Part 4: Long-Read RNA-Seq Analysis

Step 4.1: Clone the Pipeline

git clone https://github.com/nadjano/longrnaseq

Step 4.2: Download RNA-Seq Data

Download the six RNA-seq samples from NCBI:

Dataset: SRP576785

Samples:

  • Three from “Early” tillering stage: SRR32998145, SRR32998146, SRR32998137

  • Three from “Late” tillering stage: SRR32998141, SRR32998142, SRR32998143

Place all fastq files in the fastq/ directory.

Step 4.3: Prepare Sample Sheet

Create assets/sample.csv:

sample,fastq_1
SRR32998137,fastq/SRR32998137.fastq
SRR32998141,fastq/SRR32998141.fastq
SRR32998142,fastq/SRR32998142.fastq
SRR32998143,fastq/SRR32998143.fastq
SRR32998145,fastq/SRR32998145.fastq
SRR32998146,fastq/SRR32998146.fastq

Step 4.4: Add Organellar Genomes

Important: Add organellar sequences (mitochondria and chloroplast) to your reference genome to prevent misalignment of organellar transcripts to the nuclear genome.
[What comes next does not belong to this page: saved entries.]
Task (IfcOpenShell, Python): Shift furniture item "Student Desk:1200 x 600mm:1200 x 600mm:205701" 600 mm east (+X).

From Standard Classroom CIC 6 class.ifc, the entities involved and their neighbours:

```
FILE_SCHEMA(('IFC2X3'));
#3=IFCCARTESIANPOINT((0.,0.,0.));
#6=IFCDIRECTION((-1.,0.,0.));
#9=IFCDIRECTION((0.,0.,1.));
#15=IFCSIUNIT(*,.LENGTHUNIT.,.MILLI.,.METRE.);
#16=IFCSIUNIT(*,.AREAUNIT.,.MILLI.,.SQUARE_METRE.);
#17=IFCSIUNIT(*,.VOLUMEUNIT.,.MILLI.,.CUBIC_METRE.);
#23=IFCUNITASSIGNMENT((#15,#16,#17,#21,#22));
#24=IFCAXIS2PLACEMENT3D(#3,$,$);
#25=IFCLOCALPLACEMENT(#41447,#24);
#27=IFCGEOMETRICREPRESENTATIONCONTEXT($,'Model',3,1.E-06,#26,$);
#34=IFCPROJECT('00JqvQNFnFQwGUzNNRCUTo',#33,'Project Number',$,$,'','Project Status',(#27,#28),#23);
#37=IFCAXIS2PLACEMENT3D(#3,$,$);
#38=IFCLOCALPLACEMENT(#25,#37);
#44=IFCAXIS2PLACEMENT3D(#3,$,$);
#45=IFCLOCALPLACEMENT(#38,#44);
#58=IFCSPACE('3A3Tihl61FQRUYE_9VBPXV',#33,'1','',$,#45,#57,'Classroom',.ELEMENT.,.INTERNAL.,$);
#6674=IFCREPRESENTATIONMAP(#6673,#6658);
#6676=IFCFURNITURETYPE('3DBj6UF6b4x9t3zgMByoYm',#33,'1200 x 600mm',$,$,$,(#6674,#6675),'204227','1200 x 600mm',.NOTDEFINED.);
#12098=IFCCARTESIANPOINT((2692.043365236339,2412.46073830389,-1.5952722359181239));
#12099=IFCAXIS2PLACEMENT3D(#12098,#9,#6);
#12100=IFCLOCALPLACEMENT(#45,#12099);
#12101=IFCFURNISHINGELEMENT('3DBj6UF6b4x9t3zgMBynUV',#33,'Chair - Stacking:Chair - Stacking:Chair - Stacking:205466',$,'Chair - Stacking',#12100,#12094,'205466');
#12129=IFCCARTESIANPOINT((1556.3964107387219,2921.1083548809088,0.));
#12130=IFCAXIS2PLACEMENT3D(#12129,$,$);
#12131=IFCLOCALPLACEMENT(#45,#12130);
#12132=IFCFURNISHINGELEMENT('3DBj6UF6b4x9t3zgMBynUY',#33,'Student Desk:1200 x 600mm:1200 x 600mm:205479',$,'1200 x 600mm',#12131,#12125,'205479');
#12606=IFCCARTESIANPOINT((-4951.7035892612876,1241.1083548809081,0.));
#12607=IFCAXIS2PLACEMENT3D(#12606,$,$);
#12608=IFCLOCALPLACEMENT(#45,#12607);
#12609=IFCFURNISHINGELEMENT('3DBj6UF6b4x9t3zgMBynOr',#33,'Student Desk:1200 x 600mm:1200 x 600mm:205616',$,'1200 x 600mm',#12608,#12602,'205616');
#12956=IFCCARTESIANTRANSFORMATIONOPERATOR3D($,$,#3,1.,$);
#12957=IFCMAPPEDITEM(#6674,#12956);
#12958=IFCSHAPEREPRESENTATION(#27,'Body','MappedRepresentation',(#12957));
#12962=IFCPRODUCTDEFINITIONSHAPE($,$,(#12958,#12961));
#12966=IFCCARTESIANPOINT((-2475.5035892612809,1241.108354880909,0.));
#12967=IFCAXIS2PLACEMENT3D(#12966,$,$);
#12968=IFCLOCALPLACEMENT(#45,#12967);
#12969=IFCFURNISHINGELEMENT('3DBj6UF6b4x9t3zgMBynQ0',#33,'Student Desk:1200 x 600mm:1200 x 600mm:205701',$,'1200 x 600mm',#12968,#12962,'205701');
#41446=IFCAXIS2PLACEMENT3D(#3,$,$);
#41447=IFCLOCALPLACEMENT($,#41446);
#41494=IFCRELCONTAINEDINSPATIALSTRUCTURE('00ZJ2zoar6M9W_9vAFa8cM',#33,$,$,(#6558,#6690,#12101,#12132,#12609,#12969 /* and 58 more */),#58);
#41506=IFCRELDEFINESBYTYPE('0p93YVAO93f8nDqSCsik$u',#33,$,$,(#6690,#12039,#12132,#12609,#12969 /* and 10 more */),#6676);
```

```python
import ifcopenshell
import ifcopenshell.api.geometry
import ifcopenshell.util.placement

model = ifcopenshell.open("Standard Classroom CIC 6 class.ifc")

item = model.by_guid("3DBj6UF6b4x9t3zgMBynQ0")
matrix = ifcopenshell.util.placement.get_local_placement(item.ObjectPlacement)
matrix[0, 3] += 600.0
ifcopenshell.api.geometry.edit_object_placement(model, product=item, matrix=matrix, is_si=False)

print(ifcopenshell.util.placement.get_local_placement(item.ObjectPlacement).round(3) + 0.0)

model.write("Standard Classroom CIC 6 class_rev.ifc")
```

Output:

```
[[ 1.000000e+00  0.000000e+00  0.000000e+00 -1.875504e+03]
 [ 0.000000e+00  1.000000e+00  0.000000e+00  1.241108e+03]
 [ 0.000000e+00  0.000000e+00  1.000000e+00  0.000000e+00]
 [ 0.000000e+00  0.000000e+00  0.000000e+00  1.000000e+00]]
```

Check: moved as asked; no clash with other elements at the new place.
Download organellar genomes from: https://www.ncbi.nlm.nih.gov/datasets/organelle/

Append these sequences to your reference fasta and add corresponding annotations to your gtf file.

Step 4.5: Run the longrnaseq Pipeline

nextflow run main.nf -resume -profile singularity \
    --input assets/sample.csv \
    --outdir output_rice_Nip \
    --genome genome/Hap1_2_Nipponbare.renamed.organels.fasta \
    --gtf genome/Hap1_2_Nipponbare.genome.renamed.organels.standard.gtf \
    --centrifuge_db centrifuge/dbs_v2018/ \
    --sqanti_dir sqanti3/release_sqanti3 \
    --bg \
    --technology ONT \
    --skip_sqanti

Note

The --skip_sqanti flag is used here; see https://github.com/nadjano/longrnaseq for additional details on SQANTI configuration.

Expected runtime: Approximately 4 hours on a server with 60 CPU cores and 200 GB RAM (runtime varies based on fastq file size and available resources).

Troubleshooting

long-rnaseq pipeline issues: * BAMBU: gene_ids in the gtf file are essential for BAMBU to work correctly. Ensure that your gtf file contains gene_id attributes for each transcript.